May 25, 2022

Based on the principle of intelligence you subscribe to, reaching human-level AI requires a system that can use multiple modalities—such as sound, image, and text—about the world. For example, when displaying an image of an overturned truck and a police car on an icy highway, human-scale artificial intelligence can deduce that dangerous road conditions were the cause of the accident. Or, working on robots, when asked to take a can of soda from the refrigerator, they can move among people, furniture and pets and keep it within reach of the applicator.

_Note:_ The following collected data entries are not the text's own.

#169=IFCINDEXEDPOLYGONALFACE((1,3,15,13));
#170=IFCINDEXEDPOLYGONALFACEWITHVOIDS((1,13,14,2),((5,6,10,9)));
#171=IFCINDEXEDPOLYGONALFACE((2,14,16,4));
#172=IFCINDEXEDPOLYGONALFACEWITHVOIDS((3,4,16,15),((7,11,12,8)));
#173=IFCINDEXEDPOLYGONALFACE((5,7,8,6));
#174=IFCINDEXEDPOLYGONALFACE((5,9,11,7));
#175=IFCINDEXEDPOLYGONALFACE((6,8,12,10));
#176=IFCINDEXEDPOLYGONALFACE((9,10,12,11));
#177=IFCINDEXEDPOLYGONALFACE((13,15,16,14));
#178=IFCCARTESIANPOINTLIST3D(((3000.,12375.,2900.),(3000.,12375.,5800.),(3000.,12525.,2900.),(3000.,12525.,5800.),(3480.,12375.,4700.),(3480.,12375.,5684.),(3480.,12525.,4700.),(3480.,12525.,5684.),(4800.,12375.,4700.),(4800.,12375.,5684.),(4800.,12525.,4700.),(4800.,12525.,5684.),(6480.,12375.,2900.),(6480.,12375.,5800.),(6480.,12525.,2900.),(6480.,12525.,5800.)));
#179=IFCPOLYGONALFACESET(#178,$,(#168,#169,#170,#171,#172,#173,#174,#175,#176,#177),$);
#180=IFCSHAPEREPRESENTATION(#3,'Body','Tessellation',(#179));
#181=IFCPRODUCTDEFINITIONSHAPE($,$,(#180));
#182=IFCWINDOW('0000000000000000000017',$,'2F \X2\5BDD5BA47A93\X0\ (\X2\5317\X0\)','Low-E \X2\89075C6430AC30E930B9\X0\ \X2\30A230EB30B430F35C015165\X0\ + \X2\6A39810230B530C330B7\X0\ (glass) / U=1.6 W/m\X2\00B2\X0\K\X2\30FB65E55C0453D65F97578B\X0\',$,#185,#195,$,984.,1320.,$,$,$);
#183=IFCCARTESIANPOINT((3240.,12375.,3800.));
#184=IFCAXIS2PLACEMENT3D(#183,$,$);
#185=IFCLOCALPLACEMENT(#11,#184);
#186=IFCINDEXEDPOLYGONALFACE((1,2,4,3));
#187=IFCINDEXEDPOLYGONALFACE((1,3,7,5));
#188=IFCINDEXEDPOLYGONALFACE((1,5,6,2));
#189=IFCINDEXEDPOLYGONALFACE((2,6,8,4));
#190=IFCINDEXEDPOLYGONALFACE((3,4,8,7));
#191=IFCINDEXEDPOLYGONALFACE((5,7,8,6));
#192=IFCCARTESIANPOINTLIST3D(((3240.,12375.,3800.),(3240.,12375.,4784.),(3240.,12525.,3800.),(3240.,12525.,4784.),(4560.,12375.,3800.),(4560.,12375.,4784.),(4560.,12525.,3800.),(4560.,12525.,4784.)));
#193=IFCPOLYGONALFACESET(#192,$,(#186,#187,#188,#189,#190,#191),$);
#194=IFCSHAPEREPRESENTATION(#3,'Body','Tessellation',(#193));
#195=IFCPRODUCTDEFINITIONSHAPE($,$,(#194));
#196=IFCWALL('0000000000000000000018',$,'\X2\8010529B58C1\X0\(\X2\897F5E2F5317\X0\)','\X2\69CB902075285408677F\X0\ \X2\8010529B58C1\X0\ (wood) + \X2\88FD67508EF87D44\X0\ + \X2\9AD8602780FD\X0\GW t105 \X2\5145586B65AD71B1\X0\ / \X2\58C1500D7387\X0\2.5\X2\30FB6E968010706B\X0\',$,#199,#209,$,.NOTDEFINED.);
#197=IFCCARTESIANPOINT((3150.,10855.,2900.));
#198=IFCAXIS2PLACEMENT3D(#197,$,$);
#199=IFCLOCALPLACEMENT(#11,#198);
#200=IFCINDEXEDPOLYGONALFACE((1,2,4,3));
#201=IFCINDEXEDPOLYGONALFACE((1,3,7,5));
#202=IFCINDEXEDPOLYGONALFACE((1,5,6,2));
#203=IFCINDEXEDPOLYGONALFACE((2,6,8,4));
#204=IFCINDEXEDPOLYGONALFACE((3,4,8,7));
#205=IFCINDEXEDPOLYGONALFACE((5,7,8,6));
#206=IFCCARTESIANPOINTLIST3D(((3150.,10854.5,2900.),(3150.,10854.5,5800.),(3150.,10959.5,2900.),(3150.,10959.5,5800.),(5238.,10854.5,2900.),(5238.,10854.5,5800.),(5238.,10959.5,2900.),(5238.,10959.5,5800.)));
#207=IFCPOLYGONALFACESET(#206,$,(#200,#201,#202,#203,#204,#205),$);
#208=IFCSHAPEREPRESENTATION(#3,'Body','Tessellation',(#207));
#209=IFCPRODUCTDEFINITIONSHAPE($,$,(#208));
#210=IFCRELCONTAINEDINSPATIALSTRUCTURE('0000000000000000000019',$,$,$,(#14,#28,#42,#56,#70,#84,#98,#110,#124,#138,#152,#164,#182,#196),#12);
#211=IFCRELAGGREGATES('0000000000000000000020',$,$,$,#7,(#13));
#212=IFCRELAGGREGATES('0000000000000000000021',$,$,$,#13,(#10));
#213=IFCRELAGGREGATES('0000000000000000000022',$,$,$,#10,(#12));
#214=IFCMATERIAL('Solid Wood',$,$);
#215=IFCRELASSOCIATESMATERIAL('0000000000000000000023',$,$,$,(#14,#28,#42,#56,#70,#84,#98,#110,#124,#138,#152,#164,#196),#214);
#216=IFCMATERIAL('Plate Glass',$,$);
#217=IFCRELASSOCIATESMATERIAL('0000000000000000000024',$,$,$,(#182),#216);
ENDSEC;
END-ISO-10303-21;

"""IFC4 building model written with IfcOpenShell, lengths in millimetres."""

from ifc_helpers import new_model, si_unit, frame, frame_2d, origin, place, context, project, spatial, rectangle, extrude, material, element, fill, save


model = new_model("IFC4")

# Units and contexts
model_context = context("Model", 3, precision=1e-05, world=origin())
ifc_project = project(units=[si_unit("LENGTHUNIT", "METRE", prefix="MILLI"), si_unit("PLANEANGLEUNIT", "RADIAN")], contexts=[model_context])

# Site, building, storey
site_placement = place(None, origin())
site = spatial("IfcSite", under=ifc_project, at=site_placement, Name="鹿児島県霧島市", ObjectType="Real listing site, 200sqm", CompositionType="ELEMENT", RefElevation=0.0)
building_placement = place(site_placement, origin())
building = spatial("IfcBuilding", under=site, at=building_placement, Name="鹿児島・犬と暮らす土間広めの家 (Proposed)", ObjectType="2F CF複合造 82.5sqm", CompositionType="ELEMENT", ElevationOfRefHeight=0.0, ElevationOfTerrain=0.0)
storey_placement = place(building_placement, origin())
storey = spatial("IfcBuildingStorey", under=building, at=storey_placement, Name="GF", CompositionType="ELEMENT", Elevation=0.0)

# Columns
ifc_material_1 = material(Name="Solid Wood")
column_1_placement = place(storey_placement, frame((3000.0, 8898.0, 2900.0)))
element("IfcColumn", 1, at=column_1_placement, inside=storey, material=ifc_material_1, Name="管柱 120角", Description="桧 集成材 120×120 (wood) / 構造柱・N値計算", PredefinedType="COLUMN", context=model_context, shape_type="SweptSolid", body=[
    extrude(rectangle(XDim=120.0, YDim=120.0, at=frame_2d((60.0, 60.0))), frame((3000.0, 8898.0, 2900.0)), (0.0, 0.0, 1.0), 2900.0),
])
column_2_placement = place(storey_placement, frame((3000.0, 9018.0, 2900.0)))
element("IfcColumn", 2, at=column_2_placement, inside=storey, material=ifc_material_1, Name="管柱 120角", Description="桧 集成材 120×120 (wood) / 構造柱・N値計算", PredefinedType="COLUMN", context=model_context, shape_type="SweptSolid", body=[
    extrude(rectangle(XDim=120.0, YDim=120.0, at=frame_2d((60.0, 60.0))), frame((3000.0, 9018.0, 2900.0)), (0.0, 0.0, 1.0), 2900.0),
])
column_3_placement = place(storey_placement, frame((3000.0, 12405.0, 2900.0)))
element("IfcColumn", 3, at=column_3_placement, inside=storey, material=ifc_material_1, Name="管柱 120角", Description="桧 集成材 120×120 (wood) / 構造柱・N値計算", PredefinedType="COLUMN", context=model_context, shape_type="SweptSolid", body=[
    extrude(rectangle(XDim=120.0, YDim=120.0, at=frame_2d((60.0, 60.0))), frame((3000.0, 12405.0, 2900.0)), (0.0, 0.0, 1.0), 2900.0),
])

Today’s AI is small. But new research points to encouraging progress, from robots that can design steps to follow basic commands (like “bring a bottle of water”) to text-based systems that learn from explanation. In this updated edition of Deep Science, our weekly series on the latest advances in artificial intelligence and the wider scientific field, we build on the work of DeepMind, Google, and OpenAI on the systems that make up the world, if not the world. – Be able to understand – Solve small problems like drawing pictures with impressive power.

AI Research Lab An enhancement of OpenAI’s DALL-E, DALL-E 2 is arguably the most influential project to emerge from the AI ​​Research Lab. As my colleague Devin Koldavi writes, DALL-E 2 goes even further, and the original DALL-E showed a remarkable ability to create images that fit almost any sign (for example, “dog in a beret”). The images it creates are much more detailed, and the DALL-E 2 can intelligently transform a specific area of ​​an image, such as inserting a table into an image of a marble floor filled with appropriate reflections.


An example of the types of images that DALL-E 2 can generate.

DALL-E 2 has attracted the most attention this week. But on Thursday, Google researchers described an equally impressive visual comprehension system called Visually-Driven Prosody for Text-to-Speech — VDTTS — in a post published on the Google AI blog. VDTTS can reproduce realistic-sounding lip-synced speech using only text and video frames of the person speaking.

The speech generated by VDTTS, while not a perfect replacement for recorded dialogue, is still quite good, with human facial expressions and timing. Google sees that one day it will be used in the studio to replace the original sound that may have been recorded in noisy environments.

Visual understanding is, of course, only one step towards a more capable AI. Another component is language comprehension, which lags behind in many ways, even aside from the well-documented issues of toxicity and AI bias. An obvious example: Google’s complex system, the Pathway Language Model (PaLM), leaked 40% of the data used to “train” it, according to the paper, causing PaLM to place copyright notices in code snippets. text for.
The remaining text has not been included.